[What you need to do] Go through the material and copy every line in which "IFCINDEXEDPOLYGONALFACEWITHVOIDS" appears.

Input data: Begin

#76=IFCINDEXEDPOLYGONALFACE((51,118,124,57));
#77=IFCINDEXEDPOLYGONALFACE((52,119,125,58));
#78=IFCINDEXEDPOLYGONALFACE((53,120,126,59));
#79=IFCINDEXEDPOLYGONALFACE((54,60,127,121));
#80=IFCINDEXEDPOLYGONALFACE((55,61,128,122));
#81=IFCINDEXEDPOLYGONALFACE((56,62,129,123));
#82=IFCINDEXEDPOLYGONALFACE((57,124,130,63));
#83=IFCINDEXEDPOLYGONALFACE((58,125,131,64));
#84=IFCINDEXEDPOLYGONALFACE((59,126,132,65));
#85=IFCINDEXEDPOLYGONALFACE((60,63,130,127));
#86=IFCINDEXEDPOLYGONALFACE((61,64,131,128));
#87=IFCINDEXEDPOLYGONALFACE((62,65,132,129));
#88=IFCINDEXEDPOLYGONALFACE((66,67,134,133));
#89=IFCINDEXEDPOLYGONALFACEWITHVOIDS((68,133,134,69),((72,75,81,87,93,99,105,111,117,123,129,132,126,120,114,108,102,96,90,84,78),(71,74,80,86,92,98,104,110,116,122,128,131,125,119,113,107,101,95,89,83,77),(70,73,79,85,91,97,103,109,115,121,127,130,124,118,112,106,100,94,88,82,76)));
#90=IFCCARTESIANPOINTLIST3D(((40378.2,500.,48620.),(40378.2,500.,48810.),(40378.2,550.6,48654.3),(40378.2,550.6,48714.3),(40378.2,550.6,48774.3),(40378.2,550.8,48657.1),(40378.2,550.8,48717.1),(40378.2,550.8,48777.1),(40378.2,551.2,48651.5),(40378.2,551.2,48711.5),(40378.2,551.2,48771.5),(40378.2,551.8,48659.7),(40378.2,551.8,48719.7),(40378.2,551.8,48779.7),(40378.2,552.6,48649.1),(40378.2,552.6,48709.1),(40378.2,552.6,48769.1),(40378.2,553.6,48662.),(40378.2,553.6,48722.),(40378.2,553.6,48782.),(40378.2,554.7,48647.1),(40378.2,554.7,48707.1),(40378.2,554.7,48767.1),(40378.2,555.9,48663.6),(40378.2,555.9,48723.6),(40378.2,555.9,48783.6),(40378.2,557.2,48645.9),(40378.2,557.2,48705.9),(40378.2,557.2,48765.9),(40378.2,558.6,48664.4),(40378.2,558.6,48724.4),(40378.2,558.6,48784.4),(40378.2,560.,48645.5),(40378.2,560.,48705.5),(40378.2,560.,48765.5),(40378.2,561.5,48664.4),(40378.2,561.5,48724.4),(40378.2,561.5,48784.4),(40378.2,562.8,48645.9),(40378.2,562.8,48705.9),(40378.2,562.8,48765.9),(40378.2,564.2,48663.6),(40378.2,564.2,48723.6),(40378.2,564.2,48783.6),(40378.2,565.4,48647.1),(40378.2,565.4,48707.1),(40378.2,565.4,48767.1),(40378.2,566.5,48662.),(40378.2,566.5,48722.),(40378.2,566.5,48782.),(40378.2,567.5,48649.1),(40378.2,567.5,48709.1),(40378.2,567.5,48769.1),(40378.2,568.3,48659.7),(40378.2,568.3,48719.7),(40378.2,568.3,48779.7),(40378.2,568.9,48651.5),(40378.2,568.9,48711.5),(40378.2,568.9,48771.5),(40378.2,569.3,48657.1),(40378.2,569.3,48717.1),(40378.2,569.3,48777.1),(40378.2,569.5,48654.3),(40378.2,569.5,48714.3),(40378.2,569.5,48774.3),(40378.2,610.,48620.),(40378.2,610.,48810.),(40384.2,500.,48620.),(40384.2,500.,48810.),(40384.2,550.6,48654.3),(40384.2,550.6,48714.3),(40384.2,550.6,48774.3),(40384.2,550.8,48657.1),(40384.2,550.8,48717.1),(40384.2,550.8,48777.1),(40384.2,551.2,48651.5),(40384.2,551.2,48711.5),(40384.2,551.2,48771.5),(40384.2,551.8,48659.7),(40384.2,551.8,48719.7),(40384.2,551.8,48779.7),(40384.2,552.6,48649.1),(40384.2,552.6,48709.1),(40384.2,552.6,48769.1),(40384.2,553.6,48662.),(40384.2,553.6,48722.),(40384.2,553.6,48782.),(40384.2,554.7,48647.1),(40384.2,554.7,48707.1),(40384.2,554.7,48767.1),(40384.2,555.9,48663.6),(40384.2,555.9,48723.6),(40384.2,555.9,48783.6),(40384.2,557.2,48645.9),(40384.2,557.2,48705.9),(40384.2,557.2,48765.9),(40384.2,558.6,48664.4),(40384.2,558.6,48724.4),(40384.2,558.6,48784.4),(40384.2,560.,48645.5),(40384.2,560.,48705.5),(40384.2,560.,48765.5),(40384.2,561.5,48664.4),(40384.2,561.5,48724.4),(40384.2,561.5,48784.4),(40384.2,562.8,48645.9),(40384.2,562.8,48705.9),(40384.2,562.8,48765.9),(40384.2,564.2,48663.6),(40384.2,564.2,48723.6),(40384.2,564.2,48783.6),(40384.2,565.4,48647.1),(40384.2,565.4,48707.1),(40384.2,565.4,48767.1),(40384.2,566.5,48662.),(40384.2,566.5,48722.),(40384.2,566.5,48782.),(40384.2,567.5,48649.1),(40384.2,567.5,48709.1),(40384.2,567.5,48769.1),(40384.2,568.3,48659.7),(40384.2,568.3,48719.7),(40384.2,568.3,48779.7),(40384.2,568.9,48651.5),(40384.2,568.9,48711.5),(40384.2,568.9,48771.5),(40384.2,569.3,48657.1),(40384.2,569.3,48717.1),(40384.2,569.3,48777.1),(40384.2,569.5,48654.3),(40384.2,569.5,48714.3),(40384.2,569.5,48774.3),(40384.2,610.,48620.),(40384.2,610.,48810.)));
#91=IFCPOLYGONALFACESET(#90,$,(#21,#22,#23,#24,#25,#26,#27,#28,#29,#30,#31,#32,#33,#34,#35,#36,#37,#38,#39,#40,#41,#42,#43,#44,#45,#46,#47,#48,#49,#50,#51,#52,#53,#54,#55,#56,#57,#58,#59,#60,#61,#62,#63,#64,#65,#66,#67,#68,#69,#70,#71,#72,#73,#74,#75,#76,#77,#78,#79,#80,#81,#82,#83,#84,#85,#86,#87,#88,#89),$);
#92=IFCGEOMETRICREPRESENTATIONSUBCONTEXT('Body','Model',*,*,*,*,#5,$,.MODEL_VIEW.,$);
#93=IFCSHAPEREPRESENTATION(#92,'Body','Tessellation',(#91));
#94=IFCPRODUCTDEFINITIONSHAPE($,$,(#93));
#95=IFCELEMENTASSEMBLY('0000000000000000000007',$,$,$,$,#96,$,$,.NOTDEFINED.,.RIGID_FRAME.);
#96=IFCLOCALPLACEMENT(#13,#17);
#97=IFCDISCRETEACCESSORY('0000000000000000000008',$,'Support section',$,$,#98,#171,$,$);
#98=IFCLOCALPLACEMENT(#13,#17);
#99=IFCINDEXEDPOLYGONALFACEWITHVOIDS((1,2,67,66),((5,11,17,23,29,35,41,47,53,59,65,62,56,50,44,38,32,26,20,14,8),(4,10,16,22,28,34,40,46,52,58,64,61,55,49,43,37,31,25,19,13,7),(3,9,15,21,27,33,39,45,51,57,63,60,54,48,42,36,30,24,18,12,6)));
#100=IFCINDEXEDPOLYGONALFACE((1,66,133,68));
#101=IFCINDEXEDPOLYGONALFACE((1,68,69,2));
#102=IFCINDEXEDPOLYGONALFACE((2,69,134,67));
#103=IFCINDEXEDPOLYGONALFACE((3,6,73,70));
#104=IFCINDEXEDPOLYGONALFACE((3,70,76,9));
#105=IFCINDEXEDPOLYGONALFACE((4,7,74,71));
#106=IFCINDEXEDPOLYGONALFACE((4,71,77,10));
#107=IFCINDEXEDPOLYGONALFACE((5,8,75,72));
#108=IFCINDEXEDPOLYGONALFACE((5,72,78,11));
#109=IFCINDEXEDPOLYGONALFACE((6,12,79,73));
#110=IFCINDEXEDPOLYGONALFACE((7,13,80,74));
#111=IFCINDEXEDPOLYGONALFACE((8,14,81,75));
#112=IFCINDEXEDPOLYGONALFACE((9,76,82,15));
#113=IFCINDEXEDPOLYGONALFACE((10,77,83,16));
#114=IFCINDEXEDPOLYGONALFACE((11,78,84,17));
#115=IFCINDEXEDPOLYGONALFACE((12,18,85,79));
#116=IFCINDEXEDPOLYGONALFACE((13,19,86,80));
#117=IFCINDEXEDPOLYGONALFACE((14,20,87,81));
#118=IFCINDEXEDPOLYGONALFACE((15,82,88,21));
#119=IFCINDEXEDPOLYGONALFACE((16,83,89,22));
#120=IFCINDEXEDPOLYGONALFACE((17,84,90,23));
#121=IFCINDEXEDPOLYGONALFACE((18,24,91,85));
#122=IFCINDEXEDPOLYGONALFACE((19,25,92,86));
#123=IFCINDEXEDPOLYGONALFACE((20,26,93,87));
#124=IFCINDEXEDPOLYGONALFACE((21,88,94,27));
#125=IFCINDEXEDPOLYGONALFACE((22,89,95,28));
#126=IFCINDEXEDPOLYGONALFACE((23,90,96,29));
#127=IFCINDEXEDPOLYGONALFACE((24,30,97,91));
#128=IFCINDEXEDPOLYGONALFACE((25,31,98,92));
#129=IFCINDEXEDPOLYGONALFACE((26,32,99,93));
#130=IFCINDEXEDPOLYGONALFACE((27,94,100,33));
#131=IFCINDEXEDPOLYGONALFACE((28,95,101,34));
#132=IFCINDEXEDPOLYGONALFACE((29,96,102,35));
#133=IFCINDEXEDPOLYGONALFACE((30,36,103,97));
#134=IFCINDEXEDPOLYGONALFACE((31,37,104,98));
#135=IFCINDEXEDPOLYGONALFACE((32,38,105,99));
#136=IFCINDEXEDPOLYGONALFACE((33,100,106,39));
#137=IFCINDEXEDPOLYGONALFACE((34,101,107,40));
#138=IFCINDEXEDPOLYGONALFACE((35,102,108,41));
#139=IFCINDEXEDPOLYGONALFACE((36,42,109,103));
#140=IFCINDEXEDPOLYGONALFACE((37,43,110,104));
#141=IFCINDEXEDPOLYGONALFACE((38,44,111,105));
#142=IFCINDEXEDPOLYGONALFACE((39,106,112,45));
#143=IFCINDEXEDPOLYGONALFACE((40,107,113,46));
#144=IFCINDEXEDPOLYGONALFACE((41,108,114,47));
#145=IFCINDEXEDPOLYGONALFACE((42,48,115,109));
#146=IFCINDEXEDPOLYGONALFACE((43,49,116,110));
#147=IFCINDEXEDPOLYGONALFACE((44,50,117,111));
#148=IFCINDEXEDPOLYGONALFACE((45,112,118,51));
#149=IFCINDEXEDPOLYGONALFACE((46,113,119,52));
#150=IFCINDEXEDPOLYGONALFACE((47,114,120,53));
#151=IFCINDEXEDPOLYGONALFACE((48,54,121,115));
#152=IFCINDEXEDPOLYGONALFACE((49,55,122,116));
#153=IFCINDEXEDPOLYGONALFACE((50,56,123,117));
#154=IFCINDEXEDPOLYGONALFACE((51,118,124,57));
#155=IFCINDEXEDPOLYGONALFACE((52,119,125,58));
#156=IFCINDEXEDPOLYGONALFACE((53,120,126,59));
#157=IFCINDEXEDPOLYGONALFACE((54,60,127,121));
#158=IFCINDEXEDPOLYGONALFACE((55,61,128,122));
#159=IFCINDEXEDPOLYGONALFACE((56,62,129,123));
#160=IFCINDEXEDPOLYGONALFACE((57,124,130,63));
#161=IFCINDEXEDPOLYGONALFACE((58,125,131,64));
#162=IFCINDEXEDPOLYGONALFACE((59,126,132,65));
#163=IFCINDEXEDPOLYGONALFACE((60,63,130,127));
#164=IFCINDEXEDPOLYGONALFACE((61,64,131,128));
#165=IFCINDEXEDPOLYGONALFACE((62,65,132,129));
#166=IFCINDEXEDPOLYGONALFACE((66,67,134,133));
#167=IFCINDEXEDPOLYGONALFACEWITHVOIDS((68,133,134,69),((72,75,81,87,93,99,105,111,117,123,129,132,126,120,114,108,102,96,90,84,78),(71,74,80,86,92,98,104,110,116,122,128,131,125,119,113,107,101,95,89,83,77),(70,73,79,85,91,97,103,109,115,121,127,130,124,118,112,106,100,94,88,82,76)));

Input data: End

[Solution for this problem]
#89=IFCINDEXEDPOLYGONALFACEWITHVOIDS((68,133,134,69),((72,75,81,87,93,99,105,111,117,123,129,132,126,120,114,108,102,96,90,84,78),(71,74,80,86,92,98,104,110,116,122,128,131,125,119,113,107,101,95,89,83,77),(70,73,79,85,91,97,103,109,115,121,127,130,124,118,112,106,100,94,88,82,76)));
#99=IFCINDEXEDPOLYGONALFACEWITHVOIDS((1,2,67,66),((5,11,17,23,29,35,41,47,53,59,65,62,56,50,44,38,32,26,20,14,8),(4,10,16,22,28,34,40,46,52,58,64,61,55,49,43,37,31,25,19,13,7),(3,9,15,21,27,33,39,45,51,57,63,60,54,48,42,36,30,24,18,12,6)));
#167=IFCINDEXEDPOLYGONALFACEWITHVOIDS((68,133,134,69),((72,75,81,87,93,99,105,111,117,123,129,132,126,120,114,108,102,96,90,84,78),(71,74,80,86,92,98,104,110,116,122,128,131,125,119,113,107,101,95,89,83,77),(70,73,79,85,91,97,103,109,115,121,127,130,124,118,112,106,100,94,88,82,76)));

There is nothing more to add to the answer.